Gather all lines with "Pipe" from the records.
##### ENTRIES SUPPLIED
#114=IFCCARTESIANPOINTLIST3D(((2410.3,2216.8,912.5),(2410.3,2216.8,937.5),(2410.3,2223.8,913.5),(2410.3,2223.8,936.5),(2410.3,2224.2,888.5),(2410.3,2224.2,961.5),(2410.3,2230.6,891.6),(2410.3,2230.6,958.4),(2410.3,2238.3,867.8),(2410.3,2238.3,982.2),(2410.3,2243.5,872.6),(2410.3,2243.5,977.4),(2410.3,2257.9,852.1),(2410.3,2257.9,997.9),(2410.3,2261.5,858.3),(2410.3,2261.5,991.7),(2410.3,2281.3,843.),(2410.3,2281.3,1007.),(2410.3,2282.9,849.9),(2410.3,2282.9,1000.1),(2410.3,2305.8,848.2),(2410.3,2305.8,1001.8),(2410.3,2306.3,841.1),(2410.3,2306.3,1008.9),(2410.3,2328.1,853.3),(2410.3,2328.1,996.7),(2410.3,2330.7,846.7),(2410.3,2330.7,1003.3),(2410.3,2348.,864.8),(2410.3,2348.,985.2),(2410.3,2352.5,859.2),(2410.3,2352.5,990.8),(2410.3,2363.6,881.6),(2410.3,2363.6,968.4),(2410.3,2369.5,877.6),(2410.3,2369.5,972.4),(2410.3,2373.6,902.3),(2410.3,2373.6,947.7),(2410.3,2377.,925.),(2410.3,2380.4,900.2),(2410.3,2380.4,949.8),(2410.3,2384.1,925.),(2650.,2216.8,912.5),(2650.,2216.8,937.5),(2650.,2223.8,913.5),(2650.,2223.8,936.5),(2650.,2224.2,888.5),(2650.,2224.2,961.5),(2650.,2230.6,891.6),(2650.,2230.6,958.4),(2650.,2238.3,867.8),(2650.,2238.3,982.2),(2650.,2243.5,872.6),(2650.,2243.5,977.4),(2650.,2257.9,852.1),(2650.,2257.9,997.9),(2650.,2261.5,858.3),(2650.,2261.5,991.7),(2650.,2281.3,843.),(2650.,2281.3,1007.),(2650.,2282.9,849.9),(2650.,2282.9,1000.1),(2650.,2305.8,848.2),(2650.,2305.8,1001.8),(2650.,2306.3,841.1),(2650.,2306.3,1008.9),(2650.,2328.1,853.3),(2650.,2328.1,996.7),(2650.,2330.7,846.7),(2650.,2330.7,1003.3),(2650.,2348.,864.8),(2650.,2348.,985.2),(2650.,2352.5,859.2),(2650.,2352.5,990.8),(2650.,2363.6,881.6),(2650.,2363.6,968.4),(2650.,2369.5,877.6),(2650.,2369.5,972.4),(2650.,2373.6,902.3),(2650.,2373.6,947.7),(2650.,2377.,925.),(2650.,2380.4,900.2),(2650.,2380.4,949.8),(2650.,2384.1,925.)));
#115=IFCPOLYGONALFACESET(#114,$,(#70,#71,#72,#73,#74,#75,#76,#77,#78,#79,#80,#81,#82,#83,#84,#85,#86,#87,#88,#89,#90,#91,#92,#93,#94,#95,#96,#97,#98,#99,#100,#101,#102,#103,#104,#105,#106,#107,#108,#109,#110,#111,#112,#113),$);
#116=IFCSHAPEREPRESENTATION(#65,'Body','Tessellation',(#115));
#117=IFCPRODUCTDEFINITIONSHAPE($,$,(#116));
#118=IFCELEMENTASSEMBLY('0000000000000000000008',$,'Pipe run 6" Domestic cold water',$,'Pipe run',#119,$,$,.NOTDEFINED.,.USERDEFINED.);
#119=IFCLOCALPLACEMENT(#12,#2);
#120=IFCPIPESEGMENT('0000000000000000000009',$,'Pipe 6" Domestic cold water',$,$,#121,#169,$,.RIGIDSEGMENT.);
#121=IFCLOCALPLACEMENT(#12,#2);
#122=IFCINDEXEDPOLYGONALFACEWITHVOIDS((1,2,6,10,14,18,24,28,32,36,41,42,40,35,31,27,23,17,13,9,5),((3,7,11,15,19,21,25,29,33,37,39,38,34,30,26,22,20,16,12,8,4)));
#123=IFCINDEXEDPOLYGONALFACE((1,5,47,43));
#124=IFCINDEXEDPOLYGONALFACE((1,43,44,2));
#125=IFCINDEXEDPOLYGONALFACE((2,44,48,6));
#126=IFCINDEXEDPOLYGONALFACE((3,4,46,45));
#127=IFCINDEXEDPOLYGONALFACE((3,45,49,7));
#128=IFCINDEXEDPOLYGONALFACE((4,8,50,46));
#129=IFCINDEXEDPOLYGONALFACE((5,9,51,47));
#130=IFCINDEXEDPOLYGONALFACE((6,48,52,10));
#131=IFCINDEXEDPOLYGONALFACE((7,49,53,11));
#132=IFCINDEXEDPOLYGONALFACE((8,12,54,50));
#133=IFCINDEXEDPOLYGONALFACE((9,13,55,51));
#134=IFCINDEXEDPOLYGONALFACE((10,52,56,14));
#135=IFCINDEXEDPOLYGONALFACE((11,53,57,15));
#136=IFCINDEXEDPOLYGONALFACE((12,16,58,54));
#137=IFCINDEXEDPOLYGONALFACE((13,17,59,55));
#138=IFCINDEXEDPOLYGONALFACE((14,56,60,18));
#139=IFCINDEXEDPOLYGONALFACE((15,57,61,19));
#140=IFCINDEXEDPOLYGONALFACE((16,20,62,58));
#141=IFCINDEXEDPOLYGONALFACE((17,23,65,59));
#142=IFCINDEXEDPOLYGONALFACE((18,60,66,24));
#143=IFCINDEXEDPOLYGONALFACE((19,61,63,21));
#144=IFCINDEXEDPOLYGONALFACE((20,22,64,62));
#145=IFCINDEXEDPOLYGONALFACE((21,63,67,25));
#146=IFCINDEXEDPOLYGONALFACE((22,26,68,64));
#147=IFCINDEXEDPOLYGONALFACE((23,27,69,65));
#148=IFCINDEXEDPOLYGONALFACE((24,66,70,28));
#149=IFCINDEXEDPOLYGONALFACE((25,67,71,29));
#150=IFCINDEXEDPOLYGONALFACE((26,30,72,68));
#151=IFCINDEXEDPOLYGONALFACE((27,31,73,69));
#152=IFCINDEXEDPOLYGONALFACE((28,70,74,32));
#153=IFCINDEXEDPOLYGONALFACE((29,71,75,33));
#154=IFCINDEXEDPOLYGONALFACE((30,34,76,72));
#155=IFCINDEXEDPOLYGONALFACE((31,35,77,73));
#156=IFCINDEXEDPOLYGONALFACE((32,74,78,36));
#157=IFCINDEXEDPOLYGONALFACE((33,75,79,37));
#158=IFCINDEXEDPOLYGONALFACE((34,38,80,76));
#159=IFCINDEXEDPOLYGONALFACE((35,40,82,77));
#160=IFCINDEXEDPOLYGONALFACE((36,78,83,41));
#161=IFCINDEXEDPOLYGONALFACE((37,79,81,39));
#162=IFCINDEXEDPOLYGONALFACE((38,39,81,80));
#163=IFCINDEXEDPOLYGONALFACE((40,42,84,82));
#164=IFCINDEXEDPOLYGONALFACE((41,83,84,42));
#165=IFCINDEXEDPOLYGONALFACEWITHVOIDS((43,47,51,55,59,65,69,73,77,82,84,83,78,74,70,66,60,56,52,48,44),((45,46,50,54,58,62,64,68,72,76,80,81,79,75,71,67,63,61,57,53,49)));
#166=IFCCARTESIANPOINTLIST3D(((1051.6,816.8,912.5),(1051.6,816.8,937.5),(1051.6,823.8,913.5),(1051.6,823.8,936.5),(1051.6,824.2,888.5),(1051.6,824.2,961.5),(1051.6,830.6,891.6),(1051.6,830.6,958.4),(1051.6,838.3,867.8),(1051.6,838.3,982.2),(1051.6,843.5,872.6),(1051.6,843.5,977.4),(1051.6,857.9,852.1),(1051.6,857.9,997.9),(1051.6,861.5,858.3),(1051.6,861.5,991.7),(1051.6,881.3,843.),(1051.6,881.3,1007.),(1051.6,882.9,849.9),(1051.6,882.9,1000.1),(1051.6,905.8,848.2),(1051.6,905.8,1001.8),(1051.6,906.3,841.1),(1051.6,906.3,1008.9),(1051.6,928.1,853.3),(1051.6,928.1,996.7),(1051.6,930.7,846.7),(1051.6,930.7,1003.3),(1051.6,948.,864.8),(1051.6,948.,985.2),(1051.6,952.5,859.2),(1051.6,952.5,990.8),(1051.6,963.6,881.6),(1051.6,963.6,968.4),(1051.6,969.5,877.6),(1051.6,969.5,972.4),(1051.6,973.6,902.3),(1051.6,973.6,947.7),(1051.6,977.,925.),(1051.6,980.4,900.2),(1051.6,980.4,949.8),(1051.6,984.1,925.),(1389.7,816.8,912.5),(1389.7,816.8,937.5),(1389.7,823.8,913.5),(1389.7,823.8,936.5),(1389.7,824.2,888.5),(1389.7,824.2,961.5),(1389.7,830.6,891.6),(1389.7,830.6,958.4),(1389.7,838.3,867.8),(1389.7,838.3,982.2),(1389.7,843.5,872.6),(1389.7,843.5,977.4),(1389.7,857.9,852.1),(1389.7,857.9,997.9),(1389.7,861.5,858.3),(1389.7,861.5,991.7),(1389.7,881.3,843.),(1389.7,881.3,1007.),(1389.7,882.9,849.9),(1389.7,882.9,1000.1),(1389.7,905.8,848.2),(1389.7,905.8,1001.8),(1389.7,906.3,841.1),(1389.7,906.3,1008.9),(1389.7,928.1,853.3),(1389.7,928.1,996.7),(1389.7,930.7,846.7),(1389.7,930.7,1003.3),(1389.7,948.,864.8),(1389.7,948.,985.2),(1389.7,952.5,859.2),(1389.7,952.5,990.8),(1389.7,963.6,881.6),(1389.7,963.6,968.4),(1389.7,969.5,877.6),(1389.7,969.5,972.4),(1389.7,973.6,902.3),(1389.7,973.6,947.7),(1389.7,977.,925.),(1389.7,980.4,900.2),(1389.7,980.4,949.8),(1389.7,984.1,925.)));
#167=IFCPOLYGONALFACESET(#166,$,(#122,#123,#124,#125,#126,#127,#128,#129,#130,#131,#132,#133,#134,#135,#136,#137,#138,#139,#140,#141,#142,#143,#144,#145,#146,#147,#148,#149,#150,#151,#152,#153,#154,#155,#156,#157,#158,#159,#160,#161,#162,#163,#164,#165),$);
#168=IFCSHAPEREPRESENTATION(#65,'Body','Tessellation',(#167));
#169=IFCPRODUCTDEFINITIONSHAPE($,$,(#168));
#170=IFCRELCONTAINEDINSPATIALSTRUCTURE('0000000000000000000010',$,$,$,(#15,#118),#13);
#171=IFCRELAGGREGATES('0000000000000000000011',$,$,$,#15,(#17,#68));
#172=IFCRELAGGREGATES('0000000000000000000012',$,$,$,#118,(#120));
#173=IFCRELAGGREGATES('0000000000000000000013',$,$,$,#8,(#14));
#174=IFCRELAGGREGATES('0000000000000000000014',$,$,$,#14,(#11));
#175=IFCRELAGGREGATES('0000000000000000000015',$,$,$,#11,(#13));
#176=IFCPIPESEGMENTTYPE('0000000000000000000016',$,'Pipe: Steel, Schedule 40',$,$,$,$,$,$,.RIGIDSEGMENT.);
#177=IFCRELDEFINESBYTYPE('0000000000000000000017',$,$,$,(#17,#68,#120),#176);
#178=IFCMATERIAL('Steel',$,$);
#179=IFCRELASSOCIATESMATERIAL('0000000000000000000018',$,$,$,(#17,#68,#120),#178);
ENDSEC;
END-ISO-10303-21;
##########
RESULT BELOW =
#118=IFCELEMENTASSEMBLY('0000000000000000000008',$,'Pipe run 6" Domestic cold water',$,'Pipe run',#119,$,$,.NOTDEFINED.,.USERDEFINED.);
#120=IFCPIPESEGMENT('0000000000000000000009',$,'Pipe 6" Domestic cold water',$,$,#121,#169,$,.RIGIDSEGMENT.);
#176=IFCPIPESEGMENTTYPE('0000000000000000000016',$,'Pipe: Steel, Schedule 40',$,$,$,$,$,$,.RIGIDSEGMENT.);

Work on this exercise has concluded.